=== Section Start ===

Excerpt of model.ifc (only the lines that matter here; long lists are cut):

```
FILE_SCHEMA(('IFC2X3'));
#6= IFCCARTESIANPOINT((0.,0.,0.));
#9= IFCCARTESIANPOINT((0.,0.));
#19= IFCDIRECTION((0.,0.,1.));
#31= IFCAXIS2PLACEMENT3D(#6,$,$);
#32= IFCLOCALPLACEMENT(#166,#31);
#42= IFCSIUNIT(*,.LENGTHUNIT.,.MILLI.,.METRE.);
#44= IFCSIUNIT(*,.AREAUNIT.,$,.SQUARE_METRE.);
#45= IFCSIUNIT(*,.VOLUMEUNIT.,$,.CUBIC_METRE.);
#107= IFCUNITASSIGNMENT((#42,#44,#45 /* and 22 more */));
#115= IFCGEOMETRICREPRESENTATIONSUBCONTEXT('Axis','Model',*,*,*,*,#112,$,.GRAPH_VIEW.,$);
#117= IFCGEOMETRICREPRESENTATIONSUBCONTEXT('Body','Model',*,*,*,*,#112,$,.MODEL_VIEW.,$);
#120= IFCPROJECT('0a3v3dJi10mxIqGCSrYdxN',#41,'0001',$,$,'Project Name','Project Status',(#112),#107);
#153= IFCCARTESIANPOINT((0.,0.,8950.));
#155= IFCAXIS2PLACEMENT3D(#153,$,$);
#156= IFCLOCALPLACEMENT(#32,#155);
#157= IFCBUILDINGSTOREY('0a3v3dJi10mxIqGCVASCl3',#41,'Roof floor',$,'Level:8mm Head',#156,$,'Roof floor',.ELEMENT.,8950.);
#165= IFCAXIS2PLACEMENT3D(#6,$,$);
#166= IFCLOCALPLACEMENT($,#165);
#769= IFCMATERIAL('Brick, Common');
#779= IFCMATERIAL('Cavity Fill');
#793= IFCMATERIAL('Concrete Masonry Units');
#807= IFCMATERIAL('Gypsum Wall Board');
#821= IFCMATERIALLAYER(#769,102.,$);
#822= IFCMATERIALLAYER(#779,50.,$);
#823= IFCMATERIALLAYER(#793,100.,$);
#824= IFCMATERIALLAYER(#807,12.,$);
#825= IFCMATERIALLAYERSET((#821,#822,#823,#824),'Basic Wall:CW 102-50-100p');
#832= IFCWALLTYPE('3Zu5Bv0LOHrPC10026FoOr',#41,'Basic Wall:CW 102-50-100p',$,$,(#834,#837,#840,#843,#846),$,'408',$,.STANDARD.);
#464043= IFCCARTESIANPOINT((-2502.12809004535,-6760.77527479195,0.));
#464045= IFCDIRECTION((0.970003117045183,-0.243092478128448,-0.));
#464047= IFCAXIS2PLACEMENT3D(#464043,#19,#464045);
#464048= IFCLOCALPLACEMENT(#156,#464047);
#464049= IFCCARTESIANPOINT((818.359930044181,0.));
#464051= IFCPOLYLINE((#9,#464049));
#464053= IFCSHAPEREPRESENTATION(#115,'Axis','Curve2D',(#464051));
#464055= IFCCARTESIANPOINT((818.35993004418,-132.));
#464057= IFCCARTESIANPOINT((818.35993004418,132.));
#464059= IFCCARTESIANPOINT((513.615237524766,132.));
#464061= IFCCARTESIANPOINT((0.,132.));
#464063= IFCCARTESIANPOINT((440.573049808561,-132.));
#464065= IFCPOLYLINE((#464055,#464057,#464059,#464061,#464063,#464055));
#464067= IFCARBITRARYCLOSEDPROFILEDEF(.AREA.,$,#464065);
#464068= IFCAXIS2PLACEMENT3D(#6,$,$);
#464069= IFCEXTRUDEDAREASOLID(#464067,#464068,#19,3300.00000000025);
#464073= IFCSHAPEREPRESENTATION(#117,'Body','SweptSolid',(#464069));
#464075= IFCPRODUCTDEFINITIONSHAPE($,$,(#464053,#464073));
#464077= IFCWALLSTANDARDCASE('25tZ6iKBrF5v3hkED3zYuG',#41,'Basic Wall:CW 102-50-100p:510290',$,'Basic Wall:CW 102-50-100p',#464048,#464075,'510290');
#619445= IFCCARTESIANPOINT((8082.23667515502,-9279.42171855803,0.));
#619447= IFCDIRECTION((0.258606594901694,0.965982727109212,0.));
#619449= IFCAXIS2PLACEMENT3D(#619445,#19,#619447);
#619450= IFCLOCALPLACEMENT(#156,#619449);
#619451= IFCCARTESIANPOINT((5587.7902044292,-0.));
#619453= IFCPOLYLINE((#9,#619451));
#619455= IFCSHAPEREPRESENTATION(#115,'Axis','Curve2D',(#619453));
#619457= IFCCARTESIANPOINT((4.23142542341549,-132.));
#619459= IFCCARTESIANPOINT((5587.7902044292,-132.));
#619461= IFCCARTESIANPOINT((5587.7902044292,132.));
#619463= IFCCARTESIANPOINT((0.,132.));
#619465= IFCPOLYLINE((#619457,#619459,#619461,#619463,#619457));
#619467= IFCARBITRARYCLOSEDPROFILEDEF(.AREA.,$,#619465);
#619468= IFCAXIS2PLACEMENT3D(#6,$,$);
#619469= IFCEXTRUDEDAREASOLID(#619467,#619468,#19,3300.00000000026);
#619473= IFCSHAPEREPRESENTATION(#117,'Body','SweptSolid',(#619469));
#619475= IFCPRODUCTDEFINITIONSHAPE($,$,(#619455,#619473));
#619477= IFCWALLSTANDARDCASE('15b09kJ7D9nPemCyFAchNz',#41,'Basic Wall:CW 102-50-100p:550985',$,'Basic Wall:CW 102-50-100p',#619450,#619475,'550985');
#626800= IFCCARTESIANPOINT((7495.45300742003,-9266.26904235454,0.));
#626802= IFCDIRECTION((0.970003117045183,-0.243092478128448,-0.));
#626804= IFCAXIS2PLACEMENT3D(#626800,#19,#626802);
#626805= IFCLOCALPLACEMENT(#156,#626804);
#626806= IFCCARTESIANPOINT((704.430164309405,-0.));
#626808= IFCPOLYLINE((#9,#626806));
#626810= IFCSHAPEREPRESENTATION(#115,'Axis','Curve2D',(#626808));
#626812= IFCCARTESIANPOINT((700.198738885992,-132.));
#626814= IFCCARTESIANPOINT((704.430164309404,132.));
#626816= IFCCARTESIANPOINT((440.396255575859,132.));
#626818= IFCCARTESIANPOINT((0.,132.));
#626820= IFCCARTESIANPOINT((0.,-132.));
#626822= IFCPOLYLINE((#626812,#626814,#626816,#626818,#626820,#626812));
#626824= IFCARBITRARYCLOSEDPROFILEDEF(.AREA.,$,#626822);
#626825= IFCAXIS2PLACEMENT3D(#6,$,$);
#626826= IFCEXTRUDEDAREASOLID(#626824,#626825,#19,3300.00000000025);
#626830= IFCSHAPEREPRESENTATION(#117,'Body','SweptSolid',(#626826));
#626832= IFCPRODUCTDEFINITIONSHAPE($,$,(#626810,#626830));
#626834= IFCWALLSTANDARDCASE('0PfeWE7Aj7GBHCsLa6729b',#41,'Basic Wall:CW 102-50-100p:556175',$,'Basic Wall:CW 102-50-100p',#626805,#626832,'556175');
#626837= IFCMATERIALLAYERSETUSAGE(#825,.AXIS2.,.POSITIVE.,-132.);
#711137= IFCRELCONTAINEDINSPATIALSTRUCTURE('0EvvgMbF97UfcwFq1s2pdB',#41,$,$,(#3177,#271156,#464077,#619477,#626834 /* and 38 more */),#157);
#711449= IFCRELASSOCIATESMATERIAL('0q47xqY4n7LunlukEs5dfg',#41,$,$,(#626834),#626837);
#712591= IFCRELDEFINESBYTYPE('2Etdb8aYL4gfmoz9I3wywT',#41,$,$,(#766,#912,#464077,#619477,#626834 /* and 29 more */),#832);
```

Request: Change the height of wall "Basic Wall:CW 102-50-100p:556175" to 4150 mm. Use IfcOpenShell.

```python
import ifcopenshell
import ifcopenshell.geom
import ifcopenshell.util.representation
import ifcopenshell.util.shape

model = ifcopenshell.open("model.ifc")
settings = ifcopenshell.geom.settings()


def volume(element):
    """Net volume in cubic metres, openings subtracted."""
    shape = ifcopenshell.geom.create_shape(settings, element)
    return ifcopenshell.util.shape.get_volume(shape.geometry)


wall = model.by_guid("0PfeWE7Aj7GBHCsLa6729b")
before = volume(wall)

body = ifcopenshell.util.representation.get_representation(wall, "Model", "Body")
solid = body.Items[0]
old_height = solid.Depth
solid.Depth = 4150.0
after = volume(wall)

print(f"height {old_height:g} -> {solid.Depth:g}, volume {before:.3f} -> {after:.3f} m3")

model.write("model_v2.ifc")
```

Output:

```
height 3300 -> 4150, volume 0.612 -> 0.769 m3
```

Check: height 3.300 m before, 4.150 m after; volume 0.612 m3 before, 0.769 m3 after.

=== Section End ===

DIRECTIONS:
Find each line in the data above with the word "IFCSIUNIT", then copy it.

RESPONSE TO THE TASK:
#42= IFCSIUNIT(*,.LENGTHUNIT.,.MILLI.,.METRE.);
#44= IFCSIUNIT(*,.AREAUNIT.,$,.SQUARE_METRE.);
#45= IFCSIUNIT(*,.VOLUMEUNIT.,$,.CUBIC_METRE.);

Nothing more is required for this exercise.